ACTIVITY ▸
Below are lines of data; count those that contain "IFCGEOMETRICREPRESENTATIONSUBCONTEXT" and give the total alone.

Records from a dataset
↓

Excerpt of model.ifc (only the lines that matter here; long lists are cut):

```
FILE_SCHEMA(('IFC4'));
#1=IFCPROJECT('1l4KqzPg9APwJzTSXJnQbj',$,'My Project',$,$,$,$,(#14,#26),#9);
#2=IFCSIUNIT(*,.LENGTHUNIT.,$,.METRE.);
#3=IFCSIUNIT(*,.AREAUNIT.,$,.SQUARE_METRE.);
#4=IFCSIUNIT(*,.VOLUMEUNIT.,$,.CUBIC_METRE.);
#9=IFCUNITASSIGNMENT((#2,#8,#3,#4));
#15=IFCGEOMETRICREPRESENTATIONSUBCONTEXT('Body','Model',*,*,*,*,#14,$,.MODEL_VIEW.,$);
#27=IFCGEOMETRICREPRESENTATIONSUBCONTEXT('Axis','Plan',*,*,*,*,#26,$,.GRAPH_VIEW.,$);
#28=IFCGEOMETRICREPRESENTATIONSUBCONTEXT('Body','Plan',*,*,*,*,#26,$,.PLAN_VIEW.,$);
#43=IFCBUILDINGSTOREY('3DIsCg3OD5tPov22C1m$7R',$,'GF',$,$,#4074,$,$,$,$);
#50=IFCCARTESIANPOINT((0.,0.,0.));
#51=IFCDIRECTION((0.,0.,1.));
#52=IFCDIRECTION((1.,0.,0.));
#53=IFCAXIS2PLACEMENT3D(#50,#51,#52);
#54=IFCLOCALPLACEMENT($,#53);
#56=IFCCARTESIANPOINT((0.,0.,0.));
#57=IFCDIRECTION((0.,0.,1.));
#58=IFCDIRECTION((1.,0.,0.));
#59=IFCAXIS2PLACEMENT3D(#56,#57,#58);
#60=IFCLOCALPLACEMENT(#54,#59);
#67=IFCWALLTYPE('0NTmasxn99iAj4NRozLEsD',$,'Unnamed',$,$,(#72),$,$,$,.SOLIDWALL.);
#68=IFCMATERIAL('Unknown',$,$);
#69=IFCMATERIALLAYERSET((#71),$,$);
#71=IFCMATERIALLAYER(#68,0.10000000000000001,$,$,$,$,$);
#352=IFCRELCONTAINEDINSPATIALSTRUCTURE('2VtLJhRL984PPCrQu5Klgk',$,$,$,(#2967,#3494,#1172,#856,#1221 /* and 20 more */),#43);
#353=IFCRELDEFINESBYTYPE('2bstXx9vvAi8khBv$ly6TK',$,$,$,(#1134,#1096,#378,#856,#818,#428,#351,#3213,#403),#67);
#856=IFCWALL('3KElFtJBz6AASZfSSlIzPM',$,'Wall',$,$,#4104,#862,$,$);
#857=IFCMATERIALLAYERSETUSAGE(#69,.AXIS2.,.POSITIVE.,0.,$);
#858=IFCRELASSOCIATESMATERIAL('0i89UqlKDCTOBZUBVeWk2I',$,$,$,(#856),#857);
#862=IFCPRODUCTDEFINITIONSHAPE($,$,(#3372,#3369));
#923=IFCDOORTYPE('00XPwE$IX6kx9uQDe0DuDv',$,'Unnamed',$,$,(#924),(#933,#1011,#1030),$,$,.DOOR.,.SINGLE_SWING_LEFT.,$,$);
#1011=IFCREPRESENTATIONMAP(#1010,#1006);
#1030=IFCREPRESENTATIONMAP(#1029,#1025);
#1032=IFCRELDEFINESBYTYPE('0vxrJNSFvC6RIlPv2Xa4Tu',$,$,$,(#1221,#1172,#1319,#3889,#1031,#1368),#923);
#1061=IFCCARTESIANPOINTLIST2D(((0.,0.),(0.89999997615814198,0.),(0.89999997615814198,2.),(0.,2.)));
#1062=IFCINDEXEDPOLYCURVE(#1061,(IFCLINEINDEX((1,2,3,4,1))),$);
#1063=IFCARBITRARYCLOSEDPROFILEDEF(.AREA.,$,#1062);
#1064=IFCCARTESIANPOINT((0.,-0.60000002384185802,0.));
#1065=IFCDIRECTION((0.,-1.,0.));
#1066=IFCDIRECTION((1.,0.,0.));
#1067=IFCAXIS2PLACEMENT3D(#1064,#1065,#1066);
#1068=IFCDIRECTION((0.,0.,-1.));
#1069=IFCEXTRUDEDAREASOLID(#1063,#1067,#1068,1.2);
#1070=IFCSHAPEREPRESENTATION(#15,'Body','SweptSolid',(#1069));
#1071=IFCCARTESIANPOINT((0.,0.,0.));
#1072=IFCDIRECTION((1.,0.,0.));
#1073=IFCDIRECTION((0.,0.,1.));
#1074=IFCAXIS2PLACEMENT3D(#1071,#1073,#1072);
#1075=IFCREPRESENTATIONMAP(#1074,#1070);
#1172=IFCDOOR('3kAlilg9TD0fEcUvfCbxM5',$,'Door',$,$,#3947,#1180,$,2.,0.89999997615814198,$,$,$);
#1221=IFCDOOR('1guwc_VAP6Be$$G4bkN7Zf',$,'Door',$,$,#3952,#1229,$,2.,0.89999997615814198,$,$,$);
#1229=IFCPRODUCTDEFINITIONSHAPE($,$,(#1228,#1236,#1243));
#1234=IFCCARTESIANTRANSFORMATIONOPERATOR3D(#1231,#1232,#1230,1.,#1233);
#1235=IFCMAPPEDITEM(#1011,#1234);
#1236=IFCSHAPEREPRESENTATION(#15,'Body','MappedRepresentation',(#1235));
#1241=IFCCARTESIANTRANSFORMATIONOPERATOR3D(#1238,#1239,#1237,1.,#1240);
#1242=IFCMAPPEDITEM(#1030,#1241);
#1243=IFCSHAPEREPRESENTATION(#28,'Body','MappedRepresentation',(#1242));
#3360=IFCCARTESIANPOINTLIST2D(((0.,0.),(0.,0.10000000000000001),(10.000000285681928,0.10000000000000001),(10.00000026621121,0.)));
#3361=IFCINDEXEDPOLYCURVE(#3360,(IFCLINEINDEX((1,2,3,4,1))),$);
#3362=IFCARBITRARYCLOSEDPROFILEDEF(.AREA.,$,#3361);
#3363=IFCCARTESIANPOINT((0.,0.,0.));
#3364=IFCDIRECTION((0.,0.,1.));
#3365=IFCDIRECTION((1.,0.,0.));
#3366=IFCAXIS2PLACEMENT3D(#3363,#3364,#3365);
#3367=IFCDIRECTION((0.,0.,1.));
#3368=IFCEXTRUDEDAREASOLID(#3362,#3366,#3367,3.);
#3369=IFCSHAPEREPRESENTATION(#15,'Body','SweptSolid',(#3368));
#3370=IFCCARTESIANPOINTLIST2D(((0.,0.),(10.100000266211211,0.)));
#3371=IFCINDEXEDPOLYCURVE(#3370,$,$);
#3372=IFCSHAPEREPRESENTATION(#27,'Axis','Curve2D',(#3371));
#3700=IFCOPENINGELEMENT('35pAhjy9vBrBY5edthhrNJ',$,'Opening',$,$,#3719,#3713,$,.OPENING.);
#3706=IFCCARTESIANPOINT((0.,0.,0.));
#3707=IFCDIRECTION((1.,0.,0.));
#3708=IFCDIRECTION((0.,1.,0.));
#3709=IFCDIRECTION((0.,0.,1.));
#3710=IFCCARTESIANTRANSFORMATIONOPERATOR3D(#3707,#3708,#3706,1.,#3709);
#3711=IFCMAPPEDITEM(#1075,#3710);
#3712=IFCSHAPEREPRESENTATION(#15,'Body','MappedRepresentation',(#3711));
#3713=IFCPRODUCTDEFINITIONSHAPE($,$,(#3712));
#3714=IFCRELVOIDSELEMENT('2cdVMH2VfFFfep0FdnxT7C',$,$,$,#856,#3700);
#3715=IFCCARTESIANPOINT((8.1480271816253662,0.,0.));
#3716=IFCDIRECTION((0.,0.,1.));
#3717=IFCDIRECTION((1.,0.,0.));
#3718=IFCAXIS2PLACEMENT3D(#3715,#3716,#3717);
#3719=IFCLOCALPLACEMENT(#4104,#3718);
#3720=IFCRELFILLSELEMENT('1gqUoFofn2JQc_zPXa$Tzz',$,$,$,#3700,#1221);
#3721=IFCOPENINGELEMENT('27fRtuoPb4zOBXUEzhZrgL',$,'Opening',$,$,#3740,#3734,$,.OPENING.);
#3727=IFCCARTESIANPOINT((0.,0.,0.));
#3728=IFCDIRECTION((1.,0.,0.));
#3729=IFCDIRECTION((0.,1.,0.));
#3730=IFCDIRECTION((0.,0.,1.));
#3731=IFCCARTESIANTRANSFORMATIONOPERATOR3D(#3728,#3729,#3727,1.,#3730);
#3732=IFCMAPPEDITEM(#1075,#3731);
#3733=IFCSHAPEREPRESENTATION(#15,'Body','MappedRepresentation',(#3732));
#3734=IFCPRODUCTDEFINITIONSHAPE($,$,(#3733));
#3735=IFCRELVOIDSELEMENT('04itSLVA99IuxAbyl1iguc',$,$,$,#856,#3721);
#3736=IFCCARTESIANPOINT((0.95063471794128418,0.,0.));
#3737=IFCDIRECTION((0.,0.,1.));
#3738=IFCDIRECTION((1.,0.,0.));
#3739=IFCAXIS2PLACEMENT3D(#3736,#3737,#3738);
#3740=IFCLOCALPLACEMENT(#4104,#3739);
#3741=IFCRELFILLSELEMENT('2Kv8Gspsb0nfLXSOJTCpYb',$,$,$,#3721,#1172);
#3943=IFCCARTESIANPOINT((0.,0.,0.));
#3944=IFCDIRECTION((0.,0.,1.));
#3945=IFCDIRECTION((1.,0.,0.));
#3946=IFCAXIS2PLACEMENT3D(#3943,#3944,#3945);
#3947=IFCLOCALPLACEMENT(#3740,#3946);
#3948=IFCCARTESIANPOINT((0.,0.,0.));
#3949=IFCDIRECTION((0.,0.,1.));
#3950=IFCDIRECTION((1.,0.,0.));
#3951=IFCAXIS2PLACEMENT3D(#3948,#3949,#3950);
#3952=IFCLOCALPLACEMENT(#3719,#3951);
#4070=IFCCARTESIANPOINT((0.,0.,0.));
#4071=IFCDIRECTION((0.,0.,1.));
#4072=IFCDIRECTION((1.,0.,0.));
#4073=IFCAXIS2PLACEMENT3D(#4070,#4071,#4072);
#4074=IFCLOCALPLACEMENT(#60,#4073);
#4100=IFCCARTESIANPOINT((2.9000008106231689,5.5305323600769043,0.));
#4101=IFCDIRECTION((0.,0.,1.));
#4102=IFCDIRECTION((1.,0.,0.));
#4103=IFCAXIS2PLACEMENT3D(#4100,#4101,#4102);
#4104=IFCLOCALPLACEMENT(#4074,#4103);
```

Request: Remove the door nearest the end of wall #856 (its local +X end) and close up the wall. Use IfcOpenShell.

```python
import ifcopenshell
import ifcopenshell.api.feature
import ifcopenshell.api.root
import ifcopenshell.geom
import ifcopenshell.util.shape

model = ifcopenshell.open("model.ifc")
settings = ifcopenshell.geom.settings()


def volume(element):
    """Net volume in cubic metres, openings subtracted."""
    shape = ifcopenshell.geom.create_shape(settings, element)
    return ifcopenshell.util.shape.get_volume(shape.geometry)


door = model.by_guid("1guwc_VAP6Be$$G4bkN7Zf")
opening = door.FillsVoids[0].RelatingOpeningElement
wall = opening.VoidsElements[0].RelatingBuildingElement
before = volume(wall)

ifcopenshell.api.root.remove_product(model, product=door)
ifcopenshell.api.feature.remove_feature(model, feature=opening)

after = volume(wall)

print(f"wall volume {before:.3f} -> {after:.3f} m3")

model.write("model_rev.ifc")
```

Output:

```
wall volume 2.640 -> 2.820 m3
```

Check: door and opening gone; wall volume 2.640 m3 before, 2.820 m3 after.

↑

ANSWER FOR THE TASK ▸
3